(Collected data)
****************

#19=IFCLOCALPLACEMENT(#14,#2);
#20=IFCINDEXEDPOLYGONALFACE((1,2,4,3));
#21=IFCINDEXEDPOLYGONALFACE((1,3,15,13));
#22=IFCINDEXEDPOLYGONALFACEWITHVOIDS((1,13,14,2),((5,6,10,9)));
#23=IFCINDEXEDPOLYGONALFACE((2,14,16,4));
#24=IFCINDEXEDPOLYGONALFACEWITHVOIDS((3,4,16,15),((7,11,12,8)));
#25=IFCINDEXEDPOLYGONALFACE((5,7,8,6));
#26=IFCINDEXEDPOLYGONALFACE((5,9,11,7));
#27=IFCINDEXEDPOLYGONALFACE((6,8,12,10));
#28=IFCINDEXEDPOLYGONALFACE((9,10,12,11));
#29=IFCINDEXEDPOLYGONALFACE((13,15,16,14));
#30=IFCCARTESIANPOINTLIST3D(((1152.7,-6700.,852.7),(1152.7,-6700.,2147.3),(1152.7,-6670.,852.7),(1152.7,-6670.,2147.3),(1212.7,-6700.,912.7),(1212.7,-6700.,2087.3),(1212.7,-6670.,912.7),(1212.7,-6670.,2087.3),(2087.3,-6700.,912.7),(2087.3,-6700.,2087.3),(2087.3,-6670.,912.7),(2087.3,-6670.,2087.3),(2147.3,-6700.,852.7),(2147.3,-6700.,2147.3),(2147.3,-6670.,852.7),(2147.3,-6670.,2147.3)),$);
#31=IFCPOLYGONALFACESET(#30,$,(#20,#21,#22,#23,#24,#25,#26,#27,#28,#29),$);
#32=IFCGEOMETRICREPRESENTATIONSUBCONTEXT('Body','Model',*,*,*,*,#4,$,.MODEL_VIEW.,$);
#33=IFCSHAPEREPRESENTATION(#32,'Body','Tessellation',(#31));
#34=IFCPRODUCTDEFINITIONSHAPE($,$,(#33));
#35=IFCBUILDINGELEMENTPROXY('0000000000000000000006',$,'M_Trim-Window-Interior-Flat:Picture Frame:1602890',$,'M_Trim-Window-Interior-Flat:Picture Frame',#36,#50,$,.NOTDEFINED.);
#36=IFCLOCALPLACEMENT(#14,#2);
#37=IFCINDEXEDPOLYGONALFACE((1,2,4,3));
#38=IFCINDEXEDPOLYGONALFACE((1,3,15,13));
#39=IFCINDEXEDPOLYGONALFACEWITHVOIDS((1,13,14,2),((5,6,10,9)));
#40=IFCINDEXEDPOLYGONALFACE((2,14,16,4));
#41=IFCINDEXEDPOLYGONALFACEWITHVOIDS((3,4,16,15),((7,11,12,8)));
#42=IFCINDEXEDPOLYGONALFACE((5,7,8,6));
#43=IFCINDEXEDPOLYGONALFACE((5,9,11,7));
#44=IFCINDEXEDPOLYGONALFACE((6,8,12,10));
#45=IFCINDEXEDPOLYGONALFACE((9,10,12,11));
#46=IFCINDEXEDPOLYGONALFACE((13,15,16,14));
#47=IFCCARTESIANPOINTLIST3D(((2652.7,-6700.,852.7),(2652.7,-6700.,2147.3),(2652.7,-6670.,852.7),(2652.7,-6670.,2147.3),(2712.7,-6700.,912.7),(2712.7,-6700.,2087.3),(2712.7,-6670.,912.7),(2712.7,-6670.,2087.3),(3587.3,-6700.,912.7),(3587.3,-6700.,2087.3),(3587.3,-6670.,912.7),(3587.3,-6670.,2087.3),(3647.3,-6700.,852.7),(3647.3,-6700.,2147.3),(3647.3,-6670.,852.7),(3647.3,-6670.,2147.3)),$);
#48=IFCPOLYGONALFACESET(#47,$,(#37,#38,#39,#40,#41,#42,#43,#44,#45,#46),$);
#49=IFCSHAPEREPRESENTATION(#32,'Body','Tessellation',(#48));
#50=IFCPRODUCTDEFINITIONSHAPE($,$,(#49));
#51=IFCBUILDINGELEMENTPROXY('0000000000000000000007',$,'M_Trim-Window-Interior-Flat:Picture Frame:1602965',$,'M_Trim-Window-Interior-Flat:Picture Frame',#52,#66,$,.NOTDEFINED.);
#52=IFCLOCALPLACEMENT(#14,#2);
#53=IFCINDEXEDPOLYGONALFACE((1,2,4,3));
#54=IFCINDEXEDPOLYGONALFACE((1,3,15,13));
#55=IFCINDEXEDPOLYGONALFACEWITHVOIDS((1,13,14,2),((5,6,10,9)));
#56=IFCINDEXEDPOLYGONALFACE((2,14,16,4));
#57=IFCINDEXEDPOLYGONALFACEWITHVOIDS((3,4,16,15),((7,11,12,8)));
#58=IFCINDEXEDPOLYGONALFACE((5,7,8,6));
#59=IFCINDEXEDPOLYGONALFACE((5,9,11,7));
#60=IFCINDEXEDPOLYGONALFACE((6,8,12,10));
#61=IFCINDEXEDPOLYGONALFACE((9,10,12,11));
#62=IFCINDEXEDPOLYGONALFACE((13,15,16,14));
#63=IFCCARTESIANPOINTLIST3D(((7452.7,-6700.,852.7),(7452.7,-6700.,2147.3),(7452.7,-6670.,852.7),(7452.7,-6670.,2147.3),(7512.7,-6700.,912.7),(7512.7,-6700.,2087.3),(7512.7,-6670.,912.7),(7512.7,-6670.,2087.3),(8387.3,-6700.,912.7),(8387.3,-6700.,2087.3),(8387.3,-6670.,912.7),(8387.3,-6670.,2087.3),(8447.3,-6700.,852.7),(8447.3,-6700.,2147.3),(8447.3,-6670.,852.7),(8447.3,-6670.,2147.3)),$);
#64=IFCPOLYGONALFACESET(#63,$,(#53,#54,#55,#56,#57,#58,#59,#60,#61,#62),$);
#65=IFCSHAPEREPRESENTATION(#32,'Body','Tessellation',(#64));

****************

> **TASK REQUIREMENTS**
Show the lines above with "Tessellation".

> **EXPECTED ANSWER**
#33=IFCSHAPEREPRESENTATION(#32,'Body','Tessellation',(#31));
#49=IFCSHAPEREPRESENTATION(#32,'Body','Tessellation',(#48));
#65=IFCSHAPEREPRESENTATION(#32,'Body','Tessellation',(#64));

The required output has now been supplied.